I would appreciate reviews on https://github.com/coq/coq/pull/17133, https://github.com/coq/coq/pull/17281, and https://github.com/coq/coq/pull/17022 from maintainers of btauto, stdlib, and typeclasses. I anticipate all of these being on the easy side of Coq reviews. Thanks!
Meta: the teams in question are small: 2, 5, and 2 people. I understand that input from experts of the particular domain is valuable, but it seems that currently review requests fall through the cracks every once in a while. I wonder whether there is something we can do to make contributing to stdlib smoother. Two not-that-thought-trough ideas: (1) perhaps more people could be eligible to review, with the understanding that delicate changes would still involve more experienced maintainers and (2) a (random? rotating?) system to single one team member at a time for a choice to review or pass might get evoke a more immediate response. What do you all think?
1) everyone is eligible to review, the team is just the people who get auto notified
2) IDK
Regarding 1, and @Gaëtan Gilbert's response, our contributing guide currently says:
Our CODEOWNERS file associates a team of maintainers to each component. When a PR is opened (or a draft PR is marked as ready for review), GitHub will automatically request reviews to maintainer teams of affected components. As soon as it is the case, one available member of a team that was requested a review should self-assign the PR, and will act as its shepherd from then on.
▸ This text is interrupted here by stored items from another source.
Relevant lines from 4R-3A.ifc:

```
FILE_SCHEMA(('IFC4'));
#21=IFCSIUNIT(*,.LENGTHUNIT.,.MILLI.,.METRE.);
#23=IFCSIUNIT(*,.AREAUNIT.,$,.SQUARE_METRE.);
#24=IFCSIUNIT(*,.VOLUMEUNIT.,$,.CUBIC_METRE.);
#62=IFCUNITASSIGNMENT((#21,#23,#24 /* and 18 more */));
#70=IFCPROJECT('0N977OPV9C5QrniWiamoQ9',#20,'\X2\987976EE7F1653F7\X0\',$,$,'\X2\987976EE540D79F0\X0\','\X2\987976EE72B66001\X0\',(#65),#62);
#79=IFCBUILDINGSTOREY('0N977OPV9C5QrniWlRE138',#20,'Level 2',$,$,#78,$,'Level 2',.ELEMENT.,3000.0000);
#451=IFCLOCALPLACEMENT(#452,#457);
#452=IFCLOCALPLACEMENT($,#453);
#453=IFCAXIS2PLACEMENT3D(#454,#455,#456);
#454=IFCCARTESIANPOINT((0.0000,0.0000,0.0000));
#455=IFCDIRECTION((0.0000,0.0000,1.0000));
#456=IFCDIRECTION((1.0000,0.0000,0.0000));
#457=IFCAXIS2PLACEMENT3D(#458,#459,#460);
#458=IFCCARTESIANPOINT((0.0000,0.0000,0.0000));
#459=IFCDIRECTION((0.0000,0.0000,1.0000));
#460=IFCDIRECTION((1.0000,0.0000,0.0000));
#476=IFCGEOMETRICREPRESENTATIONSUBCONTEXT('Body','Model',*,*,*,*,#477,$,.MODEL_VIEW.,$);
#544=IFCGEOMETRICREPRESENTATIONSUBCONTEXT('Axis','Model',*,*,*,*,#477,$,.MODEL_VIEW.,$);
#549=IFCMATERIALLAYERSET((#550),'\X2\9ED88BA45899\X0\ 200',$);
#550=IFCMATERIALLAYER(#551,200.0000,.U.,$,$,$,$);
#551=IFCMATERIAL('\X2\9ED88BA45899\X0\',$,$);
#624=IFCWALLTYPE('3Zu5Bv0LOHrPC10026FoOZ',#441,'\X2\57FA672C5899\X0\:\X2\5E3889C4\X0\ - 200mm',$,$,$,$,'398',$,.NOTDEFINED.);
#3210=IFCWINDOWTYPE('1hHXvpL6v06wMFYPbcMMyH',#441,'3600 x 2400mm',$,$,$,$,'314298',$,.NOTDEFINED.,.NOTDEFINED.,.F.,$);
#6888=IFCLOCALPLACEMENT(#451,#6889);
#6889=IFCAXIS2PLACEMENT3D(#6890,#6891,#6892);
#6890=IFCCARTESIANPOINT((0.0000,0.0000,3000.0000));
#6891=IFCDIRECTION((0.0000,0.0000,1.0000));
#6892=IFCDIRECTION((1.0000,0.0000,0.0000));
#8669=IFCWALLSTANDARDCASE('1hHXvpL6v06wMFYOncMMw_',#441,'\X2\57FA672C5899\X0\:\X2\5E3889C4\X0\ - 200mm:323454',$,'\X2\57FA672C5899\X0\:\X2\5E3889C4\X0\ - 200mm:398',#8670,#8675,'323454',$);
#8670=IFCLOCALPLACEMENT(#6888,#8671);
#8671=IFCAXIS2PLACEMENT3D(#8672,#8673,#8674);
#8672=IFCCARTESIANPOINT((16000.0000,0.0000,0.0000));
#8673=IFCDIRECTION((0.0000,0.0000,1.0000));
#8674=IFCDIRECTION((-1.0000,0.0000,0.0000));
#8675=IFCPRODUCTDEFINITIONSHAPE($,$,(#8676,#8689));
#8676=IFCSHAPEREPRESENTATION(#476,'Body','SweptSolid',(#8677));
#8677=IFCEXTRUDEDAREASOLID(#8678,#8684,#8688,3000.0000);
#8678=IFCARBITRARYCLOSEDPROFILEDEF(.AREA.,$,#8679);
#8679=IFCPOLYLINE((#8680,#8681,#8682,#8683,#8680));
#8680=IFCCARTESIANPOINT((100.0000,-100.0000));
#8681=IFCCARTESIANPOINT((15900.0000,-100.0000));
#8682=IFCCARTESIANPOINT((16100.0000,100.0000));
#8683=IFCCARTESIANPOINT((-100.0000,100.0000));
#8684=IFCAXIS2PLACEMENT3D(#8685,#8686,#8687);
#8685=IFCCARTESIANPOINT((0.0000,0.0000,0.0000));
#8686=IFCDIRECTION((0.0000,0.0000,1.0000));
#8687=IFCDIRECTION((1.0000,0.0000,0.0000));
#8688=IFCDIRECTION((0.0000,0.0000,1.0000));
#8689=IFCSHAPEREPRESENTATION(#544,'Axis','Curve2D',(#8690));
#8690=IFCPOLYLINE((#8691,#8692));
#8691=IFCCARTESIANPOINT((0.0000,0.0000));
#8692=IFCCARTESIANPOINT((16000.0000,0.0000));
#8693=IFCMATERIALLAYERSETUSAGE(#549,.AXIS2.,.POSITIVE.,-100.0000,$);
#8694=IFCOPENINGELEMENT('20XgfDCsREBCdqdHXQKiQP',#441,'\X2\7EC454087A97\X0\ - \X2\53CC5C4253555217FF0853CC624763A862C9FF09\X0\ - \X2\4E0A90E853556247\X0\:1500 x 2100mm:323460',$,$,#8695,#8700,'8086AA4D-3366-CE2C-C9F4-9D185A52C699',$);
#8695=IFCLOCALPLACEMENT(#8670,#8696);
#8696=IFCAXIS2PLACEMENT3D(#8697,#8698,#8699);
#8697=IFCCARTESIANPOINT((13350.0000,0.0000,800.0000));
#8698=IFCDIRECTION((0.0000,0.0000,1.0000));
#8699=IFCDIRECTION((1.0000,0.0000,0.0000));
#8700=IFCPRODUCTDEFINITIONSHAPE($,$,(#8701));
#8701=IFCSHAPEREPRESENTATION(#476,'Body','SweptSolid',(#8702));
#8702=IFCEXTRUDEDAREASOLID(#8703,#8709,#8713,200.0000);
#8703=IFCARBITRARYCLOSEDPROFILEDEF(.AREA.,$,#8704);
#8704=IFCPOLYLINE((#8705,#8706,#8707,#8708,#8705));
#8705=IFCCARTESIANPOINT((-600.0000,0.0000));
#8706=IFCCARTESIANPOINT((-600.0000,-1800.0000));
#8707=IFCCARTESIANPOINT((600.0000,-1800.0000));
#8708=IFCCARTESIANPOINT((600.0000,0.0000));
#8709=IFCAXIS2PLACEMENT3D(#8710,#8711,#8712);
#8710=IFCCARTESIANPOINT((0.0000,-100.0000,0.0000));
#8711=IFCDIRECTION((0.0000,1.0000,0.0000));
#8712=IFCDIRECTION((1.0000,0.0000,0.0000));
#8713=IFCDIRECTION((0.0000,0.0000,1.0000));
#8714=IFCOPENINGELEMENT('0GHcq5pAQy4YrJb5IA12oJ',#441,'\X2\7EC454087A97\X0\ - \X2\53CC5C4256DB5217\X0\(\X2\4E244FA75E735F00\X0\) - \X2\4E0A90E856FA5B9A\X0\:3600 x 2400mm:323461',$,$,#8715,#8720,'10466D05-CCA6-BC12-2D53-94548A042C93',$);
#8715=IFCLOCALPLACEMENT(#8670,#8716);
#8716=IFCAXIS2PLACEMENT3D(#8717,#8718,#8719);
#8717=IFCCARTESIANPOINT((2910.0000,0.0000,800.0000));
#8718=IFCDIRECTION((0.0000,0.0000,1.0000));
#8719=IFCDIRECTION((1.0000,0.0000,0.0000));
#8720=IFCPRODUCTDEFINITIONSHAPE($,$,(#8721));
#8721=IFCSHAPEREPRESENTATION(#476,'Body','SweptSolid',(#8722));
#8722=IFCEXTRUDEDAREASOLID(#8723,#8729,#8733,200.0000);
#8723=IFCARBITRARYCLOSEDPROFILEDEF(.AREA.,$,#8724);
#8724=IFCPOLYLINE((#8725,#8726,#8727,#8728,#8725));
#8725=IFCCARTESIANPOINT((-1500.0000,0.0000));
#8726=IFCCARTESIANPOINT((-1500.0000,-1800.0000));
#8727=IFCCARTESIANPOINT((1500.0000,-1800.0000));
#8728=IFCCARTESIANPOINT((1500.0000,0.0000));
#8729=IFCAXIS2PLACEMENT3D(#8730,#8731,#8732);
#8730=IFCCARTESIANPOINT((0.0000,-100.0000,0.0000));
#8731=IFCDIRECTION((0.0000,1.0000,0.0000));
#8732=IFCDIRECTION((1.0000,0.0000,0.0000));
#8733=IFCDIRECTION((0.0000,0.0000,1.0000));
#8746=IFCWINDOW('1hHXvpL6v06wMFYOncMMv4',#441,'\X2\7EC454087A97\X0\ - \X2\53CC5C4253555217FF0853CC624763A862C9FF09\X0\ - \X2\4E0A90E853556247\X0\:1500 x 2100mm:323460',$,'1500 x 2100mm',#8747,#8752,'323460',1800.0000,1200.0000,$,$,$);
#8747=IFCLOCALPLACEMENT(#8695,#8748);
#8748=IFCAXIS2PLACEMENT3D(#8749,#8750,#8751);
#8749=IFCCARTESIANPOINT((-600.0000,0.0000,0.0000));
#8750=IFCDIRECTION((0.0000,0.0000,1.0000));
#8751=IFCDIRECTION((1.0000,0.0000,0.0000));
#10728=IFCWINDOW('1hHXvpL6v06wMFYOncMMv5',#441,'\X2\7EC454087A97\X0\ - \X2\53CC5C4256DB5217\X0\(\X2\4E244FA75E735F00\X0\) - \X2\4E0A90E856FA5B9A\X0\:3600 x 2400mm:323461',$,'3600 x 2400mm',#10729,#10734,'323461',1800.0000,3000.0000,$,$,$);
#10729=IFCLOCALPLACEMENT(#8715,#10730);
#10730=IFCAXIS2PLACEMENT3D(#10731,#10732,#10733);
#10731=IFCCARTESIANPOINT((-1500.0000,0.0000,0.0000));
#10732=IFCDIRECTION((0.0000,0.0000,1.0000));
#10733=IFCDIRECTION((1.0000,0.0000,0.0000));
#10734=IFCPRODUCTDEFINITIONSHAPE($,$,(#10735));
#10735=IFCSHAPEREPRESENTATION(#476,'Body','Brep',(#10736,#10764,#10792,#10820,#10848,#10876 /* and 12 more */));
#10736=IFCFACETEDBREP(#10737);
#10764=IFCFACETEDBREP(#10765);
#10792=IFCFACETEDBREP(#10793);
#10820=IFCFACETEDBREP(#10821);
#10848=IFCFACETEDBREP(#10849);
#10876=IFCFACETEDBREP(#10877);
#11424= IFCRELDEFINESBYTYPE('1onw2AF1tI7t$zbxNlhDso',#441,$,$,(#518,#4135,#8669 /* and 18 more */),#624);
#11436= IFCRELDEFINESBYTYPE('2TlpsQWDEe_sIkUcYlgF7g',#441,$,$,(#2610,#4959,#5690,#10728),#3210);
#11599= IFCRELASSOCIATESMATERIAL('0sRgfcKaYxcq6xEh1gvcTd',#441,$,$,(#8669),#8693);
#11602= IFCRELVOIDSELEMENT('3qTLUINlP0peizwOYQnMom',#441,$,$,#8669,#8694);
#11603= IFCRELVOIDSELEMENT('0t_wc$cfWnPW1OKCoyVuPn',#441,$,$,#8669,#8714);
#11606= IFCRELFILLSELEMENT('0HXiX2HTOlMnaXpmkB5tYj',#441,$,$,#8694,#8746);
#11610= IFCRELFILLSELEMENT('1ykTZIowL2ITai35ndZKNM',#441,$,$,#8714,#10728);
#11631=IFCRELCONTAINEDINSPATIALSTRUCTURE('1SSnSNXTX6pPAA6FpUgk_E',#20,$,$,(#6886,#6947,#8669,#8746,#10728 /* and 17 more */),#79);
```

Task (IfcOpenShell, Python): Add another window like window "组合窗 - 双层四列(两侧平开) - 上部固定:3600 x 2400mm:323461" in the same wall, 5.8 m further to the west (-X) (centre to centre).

```python
import ifcopenshell
import ifcopenshell.api.feature
import ifcopenshell.api.geometry
import ifcopenshell.api.root
import ifcopenshell.geom
import ifcopenshell.util.element
import ifcopenshell.util.placement
import ifcopenshell.util.shape

model = ifcopenshell.open("4R-3A.ifc")
settings = ifcopenshell.geom.settings()


def volume(element):
    """Net volume in cubic metres, openings subtracted."""
    shape = ifcopenshell.geom.create_shape(settings, element)
    return ifcopenshell.util.shape.get_volume(shape.geometry)


def reuse_history(source, copy):
    """copy_class also copies each property set's owner history, people and application; keep the originals."""
    for rel in copy.IsDefinedBy:
        if rel.is_a("IfcRelDefinesByProperties") and (history := rel.RelatingPropertyDefinition.OwnerHistory):
            rel.RelatingPropertyDefinition.OwnerHistory = source.OwnerHistory
            ifcopenshell.util.element.remove_deep2(model, history)


window = model.by_id(10728)
opening = window.FillsVoids[0].RelatingOpeningElement
wall = opening.VoidsElements[0].RelatingBuildingElement
before = volume(wall)
shift = ifcopenshell.util.placement.get_local_placement(wall.ObjectPlacement)[:3, 0] * 5800.0

# copy_class copies the void relationship, type, container and properties, but no geometry.
new_opening = ifcopenshell.api.root.copy_class(model, product=opening)
new_opening.Representation = ifcopenshell.util.element.copy_deep(
    model, opening.Representation, exclude=["IfcGeometricRepresentationContext", "IfcRepresentationMap"]
)
new_opening.Name = "组合窗 - 双层四列(两侧平开) - 上部固定:3600 x 2400mm"
new_opening.Tag = None
new_window = ifcopenshell.api.root.copy_class(model, product=window)
new_window.Representation = ifcopenshell.util.element.copy_deep(
    model, window.Representation, exclude=["IfcGeometricRepresentationContext", "IfcRepresentationMap"]
)
new_window.Name = "组合窗 - 双层四列(两侧平开) - 上部固定:3600 x 2400mm"
new_window.Tag = None
reuse_history(window, new_window)
ifcopenshell.api.feature.add_filling(model, opening=new_opening, element=new_window)

for old, new in ((opening, new_opening), (window, new_window)):
    matrix = ifcopenshell.util.placement.get_local_placement(old.ObjectPlacement)
    matrix[:3, 3] += shift
    ifcopenshell.api.geometry.edit_object_placement(model, product=new, matrix=matrix, is_si=False)

after = volume(wall)

print(f"wall volume {before:.3f} -> {after:.3f} m3")

model.write("4R-3A_edited.ifc")
```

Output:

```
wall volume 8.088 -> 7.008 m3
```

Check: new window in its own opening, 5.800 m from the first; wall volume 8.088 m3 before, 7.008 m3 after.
The PR assignee is responsible for making sure that all the proposed changes have been reviewed by relevant maintainers (at least one reviewer for each component that is significantly affected), that change requests have been implemented, that CI is passing, and eventually will be the one who merges the PR.
PRs are merged when there is consensus. Consensus is defined by an explicit approval from at least one maintainer for each component that is significantly affected and an absence of dissent. As soon as a developer opposes a PR, it should not be merged without being discussed first (usually in a call or working group).
It is true that in practice, we are more lenient regarding who can be an assignee and how important it is to get reviews from relevant maintainers, but we should probably clarify this in the contributing guide. In particular, I thought I would read something about the absence of reaction from component maintainers after a few days implied that the assignee could ignore their review request, but apparently, we never wrote this down.
Regarding 2, GitHub has a feature for randomly / rotatingly selecting a team member when a team is requested a review, but I do not feel like this is convenient for a project where reviewers are volunteers with unpredictable availability. I think we should figure out a smarter mechanism to select specific reviewers or to ping relevant reviewers when no one is taking care of a PR. If we can design such a mechanism, then we can implement it using coqbot, for instance.
It is true that in practice, we are more lenient regarding who can be an assignee and how important it is to get reviews from relevant maintainers, but we should probably clarify this in the contributing guide. In particular, I thought I would read something about the absence of reaction from component maintainers after a few days implied that the assignee could ignore their review request, but apparently, we never wrote this down.
A policy along the lines of what you suggest would be very helpful if there was good agreement to follow it. Would you be willing to create a PR to codify your understanding of what you see as the desirable aspects of current practice? Thanks!
Regarding 2, I agree that respecting the volunteers' flexibility should be a priority; anything like this would require more thought and existing Github features are unlikely to be applicable. I'd be happy to give a try to any endorsed solution to (1) and the return to (2) if necessary.
OK, I will put this on my to-do for next week. Regarding 2, I'd be willing to implement something if there is someone to co-design it. However, we should probably look into the existing first, and ensure that there doesn't already exist something that would suit our needs.